As I said, more an opinion for the moment, looking forward to feedback on this. When doing it like this, we could for the moment focus on HydroAnalysis and FlowAnalysis and create sufficient methods for these.
An interesting point you make is the dailymean, and realtime as different examples for storing. Actually, I do think we should not make this as different custom datatypes, as this kind of logic is highly captures by Pandas itself. The frequency is stored inside a DateTimeIndex. Moreover, Pandas makes the difference between instantaneous TimeStamps and Period (http://pandas.pydata.org/pandas-docs/stable/timeseries.html#overview). So, using DataFrames basically supports both as such. However, some methods won't work on all frequencies and all spans. Hence, I think we should provide this kind of 'logic' to the methods (e.g. some decorators that can be reused to specify and check if the current timeseries frequency/characteristics comply to the method requirements.
What do you think?
@mroberge, with respect to the usage of Panels: https://github.com/pandas-dev/pandas/issues/13563
Sorry that I've been away... I like your idea. After stepping away for a while and coming back to the problem, I have a much stronger feeling that keeping everything simple is the best approach. My system tried to automate too many things. It is better to trust the user, and let them decide what they want to do with the software.

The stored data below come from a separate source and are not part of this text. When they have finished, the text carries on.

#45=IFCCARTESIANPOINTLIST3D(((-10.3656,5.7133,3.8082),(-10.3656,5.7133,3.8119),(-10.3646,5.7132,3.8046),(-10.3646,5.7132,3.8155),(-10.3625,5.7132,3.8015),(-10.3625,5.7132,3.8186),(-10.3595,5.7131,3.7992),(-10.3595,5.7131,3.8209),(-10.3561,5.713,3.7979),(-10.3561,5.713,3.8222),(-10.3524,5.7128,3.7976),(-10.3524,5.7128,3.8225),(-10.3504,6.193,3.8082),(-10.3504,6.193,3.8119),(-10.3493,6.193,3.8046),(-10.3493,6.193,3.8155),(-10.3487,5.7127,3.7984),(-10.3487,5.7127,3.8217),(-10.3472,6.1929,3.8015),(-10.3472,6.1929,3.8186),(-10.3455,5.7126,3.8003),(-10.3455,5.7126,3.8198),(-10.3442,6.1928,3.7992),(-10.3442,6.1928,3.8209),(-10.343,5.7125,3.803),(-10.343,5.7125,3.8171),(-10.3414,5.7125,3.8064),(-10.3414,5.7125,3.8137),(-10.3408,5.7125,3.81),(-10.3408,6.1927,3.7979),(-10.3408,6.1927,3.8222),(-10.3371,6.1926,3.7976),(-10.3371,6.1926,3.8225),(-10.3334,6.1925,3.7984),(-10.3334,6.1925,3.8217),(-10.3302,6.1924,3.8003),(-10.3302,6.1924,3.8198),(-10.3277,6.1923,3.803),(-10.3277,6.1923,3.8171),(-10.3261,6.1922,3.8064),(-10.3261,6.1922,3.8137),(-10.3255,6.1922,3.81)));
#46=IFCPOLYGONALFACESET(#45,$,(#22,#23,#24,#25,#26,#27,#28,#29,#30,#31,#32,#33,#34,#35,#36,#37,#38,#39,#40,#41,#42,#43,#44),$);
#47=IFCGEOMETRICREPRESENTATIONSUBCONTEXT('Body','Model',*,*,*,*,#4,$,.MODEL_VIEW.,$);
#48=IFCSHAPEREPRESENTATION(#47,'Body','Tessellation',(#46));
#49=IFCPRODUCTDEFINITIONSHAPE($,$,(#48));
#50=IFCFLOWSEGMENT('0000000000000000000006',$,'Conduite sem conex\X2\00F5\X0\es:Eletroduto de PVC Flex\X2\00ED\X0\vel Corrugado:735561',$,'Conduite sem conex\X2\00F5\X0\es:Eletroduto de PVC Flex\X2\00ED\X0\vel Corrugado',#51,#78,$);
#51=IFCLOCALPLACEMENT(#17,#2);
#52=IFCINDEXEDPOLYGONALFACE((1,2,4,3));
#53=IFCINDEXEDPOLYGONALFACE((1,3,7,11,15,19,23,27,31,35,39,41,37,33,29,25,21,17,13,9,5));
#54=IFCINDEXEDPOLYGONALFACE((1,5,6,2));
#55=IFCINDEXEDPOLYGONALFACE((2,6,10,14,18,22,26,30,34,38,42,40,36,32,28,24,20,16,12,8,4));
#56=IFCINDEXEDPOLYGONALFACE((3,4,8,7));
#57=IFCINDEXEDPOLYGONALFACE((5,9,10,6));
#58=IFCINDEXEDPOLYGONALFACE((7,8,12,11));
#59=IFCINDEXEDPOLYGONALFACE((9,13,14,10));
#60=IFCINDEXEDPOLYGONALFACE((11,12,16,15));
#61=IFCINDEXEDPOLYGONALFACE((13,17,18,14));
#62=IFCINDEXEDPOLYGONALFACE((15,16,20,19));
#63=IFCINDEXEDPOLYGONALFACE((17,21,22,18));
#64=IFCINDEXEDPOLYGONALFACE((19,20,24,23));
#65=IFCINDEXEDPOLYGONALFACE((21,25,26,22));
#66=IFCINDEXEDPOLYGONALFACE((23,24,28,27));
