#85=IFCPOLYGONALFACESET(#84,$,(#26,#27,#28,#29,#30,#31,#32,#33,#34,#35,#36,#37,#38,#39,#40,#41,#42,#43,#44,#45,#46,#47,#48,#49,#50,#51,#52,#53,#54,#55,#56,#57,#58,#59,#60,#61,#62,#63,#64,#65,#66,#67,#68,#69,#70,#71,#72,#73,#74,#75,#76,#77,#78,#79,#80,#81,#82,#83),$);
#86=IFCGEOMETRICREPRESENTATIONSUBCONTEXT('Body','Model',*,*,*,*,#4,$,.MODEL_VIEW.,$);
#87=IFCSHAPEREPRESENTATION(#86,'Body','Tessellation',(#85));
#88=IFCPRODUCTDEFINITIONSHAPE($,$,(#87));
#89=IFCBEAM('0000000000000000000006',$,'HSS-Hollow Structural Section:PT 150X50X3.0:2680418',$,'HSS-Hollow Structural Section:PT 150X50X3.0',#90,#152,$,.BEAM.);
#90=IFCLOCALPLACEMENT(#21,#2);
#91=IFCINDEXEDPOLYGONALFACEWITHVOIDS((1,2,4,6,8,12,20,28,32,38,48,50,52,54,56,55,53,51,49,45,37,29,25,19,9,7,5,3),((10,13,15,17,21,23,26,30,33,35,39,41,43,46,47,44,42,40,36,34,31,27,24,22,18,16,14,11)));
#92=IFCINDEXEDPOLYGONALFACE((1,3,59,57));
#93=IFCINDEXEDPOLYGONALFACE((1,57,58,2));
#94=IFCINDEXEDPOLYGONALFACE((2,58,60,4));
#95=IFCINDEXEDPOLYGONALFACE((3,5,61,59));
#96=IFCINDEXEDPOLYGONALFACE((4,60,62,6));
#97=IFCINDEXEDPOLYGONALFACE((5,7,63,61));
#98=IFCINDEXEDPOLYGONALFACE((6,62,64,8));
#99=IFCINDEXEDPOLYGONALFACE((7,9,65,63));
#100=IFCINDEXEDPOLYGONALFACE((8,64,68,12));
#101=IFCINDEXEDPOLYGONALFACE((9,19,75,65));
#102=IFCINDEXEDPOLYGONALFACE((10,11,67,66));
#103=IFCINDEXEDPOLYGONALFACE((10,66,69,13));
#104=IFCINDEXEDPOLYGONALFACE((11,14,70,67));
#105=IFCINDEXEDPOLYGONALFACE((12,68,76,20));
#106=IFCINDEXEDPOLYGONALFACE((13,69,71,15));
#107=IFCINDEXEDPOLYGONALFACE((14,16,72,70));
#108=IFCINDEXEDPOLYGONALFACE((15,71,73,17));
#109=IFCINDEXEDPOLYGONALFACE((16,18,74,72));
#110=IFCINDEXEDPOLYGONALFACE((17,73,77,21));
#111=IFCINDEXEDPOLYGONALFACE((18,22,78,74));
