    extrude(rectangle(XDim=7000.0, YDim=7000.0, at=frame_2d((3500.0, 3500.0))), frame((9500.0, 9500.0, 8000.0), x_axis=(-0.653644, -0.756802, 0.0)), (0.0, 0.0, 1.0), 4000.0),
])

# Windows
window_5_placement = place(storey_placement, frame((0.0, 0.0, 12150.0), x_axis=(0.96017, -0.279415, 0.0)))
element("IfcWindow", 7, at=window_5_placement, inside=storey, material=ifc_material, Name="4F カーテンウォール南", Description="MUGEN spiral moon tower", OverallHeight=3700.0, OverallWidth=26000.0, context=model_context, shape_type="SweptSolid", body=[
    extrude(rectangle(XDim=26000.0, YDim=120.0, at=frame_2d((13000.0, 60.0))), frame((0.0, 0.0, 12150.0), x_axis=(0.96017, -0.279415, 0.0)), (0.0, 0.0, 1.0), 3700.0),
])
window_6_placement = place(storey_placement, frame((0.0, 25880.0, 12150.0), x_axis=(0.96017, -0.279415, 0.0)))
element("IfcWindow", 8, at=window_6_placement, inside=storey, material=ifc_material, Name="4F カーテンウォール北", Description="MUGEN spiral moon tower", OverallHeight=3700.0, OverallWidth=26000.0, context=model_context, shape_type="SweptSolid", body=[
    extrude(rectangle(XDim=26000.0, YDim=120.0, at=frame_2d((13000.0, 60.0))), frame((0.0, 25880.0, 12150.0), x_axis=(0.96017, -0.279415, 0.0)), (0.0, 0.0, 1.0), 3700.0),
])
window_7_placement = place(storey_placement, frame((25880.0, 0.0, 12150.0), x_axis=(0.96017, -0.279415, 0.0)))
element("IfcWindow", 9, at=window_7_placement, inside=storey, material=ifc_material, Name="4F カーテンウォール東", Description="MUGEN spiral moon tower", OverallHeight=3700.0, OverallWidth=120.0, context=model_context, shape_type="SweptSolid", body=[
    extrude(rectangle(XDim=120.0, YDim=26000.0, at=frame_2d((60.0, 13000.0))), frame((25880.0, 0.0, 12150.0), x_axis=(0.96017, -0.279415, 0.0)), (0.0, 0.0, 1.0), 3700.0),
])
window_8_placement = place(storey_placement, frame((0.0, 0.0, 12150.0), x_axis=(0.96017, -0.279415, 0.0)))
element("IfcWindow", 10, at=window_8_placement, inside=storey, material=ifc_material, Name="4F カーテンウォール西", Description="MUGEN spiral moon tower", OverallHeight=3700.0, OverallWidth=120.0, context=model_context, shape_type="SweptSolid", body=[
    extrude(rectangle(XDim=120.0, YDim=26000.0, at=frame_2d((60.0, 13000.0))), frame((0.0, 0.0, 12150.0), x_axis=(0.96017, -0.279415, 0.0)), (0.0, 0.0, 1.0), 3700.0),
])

As you say above, how should we organize the dataframe? Each column could either be a different variable or a different station. By having each column be a different station, you could perform a baseflow separation on the dataframe and produce a new dataframe with baseflow, and each column corresponds to a different station from the original dataframe. I like this approach because:
As far as the different Analysis ( FlowAnalysis
and RainAnalysis
), perhaps we just keep them all together for simplicity's sake for now. Maybe later we can make different types of analysis available for different types of data, but for now I regret ever trying to save the user from making bad choices.
I just fixed the TimeSeries issue, but before I close it, there is a lot of discussion going on here that should be preserved somehow...
Apparently Pandas has depreciated TimeSeries, but all of the functionality is contained in Series.